● **How to complete this task**:
Take the records below from their first line to the line with "#66=IFCINDEXEDPOLYGONALFACE((13,15,16,14));", and restate those lines word for word.
::::::::
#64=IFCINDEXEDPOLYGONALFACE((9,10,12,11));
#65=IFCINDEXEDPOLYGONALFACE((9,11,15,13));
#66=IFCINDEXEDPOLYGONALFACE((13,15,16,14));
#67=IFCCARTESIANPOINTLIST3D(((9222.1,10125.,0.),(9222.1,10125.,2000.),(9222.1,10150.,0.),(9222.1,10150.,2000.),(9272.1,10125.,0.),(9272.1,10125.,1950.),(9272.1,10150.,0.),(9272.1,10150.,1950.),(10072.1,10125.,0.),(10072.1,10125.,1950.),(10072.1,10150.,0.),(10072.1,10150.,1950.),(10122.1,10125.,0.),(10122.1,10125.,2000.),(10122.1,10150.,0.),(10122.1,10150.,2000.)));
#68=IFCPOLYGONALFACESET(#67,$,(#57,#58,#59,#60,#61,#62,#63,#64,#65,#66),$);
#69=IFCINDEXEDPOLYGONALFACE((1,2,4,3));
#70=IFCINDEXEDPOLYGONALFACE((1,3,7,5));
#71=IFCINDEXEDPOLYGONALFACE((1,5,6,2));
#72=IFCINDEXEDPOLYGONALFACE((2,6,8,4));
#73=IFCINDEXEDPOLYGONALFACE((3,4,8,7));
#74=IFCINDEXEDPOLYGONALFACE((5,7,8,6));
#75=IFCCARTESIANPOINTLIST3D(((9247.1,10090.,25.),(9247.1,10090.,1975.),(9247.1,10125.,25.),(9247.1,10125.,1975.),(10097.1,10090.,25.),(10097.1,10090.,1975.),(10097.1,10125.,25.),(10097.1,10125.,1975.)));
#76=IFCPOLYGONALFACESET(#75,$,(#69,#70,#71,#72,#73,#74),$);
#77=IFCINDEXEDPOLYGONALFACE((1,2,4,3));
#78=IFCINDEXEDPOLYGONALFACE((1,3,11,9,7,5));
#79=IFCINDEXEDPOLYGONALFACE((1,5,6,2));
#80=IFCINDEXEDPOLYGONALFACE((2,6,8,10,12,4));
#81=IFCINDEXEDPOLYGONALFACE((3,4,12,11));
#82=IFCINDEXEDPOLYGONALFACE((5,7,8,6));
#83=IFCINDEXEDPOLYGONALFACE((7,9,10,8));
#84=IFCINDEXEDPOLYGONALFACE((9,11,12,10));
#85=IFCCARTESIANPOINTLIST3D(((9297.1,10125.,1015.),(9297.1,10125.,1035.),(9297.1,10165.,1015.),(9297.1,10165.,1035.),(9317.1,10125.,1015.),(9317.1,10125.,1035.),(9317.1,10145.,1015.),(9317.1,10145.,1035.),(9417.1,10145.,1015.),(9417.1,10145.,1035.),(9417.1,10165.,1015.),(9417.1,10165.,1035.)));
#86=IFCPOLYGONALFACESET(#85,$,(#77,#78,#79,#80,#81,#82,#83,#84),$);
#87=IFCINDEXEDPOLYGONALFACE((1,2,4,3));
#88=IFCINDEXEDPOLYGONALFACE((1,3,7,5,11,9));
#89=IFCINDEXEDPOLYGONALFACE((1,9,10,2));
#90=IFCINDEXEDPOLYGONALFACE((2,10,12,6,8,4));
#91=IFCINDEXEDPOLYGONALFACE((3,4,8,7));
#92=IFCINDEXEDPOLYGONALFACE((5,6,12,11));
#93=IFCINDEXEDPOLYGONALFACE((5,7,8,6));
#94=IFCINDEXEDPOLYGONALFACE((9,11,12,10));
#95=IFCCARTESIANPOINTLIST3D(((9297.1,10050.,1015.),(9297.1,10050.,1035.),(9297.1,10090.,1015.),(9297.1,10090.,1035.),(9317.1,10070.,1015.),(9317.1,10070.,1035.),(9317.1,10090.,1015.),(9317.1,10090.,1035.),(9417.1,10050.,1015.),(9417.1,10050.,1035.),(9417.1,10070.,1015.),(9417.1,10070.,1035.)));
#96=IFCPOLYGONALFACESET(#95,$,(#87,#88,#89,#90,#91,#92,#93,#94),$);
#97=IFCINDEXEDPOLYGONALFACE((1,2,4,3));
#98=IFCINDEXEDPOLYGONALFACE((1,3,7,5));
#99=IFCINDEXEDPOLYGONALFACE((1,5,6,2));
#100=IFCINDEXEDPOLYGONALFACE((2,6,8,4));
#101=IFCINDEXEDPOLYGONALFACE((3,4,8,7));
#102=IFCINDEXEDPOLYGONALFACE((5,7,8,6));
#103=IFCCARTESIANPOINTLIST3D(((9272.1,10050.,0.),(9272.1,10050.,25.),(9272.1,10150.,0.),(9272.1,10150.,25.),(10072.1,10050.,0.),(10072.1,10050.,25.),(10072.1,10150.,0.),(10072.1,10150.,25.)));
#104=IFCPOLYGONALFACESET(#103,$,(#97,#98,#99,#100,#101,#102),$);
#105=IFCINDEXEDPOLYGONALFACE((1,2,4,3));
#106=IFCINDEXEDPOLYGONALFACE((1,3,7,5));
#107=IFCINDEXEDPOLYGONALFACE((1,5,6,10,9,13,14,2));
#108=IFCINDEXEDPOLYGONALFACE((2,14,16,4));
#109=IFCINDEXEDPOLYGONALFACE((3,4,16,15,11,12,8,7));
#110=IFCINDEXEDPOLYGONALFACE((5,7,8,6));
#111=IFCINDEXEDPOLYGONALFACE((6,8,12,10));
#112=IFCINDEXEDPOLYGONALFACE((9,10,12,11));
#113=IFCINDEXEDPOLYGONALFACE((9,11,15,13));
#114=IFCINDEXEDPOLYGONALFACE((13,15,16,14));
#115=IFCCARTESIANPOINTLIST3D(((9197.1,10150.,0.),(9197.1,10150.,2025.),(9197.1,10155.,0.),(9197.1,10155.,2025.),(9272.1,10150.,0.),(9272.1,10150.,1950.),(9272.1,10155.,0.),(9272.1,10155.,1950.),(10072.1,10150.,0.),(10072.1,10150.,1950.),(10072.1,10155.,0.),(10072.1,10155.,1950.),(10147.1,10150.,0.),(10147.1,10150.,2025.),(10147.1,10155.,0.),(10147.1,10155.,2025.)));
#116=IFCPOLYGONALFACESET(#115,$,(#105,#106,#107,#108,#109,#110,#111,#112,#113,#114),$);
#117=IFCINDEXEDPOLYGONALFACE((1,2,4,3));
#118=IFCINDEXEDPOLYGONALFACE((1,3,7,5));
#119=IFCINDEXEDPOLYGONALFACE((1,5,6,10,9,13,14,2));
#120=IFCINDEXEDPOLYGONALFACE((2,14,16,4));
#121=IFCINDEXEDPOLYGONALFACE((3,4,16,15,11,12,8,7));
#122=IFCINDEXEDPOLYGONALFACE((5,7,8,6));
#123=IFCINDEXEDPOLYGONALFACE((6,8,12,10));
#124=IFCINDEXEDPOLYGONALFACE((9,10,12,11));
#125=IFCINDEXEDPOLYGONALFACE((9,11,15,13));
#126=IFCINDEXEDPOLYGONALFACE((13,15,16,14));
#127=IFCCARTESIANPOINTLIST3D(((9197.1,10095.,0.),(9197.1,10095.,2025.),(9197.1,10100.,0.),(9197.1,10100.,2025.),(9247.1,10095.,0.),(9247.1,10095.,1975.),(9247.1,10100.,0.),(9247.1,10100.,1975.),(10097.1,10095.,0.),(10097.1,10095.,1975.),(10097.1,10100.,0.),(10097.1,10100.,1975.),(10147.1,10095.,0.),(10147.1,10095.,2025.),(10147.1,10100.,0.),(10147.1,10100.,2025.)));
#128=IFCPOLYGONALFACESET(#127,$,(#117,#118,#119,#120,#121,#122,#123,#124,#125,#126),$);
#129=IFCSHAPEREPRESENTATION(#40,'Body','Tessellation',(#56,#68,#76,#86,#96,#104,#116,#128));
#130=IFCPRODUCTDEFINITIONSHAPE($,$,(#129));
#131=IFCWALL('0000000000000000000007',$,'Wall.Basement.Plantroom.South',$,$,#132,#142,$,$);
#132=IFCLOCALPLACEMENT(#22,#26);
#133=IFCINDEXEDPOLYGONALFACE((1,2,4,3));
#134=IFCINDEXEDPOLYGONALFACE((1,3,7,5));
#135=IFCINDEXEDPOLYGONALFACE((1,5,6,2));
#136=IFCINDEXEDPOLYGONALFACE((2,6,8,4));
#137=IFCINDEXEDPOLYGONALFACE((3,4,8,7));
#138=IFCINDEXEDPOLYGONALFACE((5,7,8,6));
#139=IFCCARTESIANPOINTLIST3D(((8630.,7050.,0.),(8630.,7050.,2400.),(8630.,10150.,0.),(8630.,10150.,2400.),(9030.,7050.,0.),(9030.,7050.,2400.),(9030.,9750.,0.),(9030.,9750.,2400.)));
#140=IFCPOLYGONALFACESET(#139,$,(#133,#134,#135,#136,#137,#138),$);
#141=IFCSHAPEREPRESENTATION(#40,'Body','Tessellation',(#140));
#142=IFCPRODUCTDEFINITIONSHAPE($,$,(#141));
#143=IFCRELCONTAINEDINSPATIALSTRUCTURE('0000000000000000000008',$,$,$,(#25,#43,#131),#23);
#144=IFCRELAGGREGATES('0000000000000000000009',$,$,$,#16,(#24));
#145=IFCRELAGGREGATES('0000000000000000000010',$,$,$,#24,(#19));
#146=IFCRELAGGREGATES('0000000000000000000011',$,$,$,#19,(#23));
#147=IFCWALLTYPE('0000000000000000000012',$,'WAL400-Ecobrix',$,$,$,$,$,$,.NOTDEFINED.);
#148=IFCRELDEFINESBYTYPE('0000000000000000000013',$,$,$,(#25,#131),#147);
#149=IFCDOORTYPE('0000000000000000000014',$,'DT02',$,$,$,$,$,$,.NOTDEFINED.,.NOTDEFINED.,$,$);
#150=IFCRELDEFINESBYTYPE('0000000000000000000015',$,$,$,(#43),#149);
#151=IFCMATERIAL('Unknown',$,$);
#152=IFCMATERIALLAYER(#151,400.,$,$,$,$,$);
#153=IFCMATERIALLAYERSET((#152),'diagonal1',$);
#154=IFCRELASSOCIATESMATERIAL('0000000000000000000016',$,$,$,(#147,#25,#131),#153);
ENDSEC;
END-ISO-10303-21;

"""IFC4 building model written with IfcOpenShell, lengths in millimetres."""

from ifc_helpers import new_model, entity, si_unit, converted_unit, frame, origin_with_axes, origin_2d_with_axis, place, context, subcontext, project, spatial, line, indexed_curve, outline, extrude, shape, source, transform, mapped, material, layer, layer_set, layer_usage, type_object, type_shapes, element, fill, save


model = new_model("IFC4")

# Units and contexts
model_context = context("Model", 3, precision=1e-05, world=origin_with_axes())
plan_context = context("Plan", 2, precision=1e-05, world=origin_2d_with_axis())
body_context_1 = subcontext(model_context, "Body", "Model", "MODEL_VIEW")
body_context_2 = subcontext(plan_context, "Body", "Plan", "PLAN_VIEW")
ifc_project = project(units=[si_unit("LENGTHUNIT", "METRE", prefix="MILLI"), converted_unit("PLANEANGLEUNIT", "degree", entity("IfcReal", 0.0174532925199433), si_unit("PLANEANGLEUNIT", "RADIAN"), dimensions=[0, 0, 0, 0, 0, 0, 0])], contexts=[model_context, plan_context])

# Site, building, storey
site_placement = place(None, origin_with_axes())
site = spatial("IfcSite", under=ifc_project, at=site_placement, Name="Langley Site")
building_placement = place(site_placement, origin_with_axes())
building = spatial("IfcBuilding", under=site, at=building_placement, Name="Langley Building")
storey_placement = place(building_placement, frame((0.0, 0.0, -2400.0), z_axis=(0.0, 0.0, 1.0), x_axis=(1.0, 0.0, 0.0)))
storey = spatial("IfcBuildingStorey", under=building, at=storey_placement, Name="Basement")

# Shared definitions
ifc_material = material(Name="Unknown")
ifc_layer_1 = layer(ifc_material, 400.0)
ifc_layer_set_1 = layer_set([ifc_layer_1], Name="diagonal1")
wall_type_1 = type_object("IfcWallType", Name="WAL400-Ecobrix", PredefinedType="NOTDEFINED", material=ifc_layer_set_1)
::::::::
● **Response area**:
#64=IFCINDEXEDPOLYGONALFACE((9,10,12,11));
#65=IFCINDEXEDPOLYGONALFACE((9,11,15,13));
#66=IFCINDEXEDPOLYGONALFACE((13,15,16,14));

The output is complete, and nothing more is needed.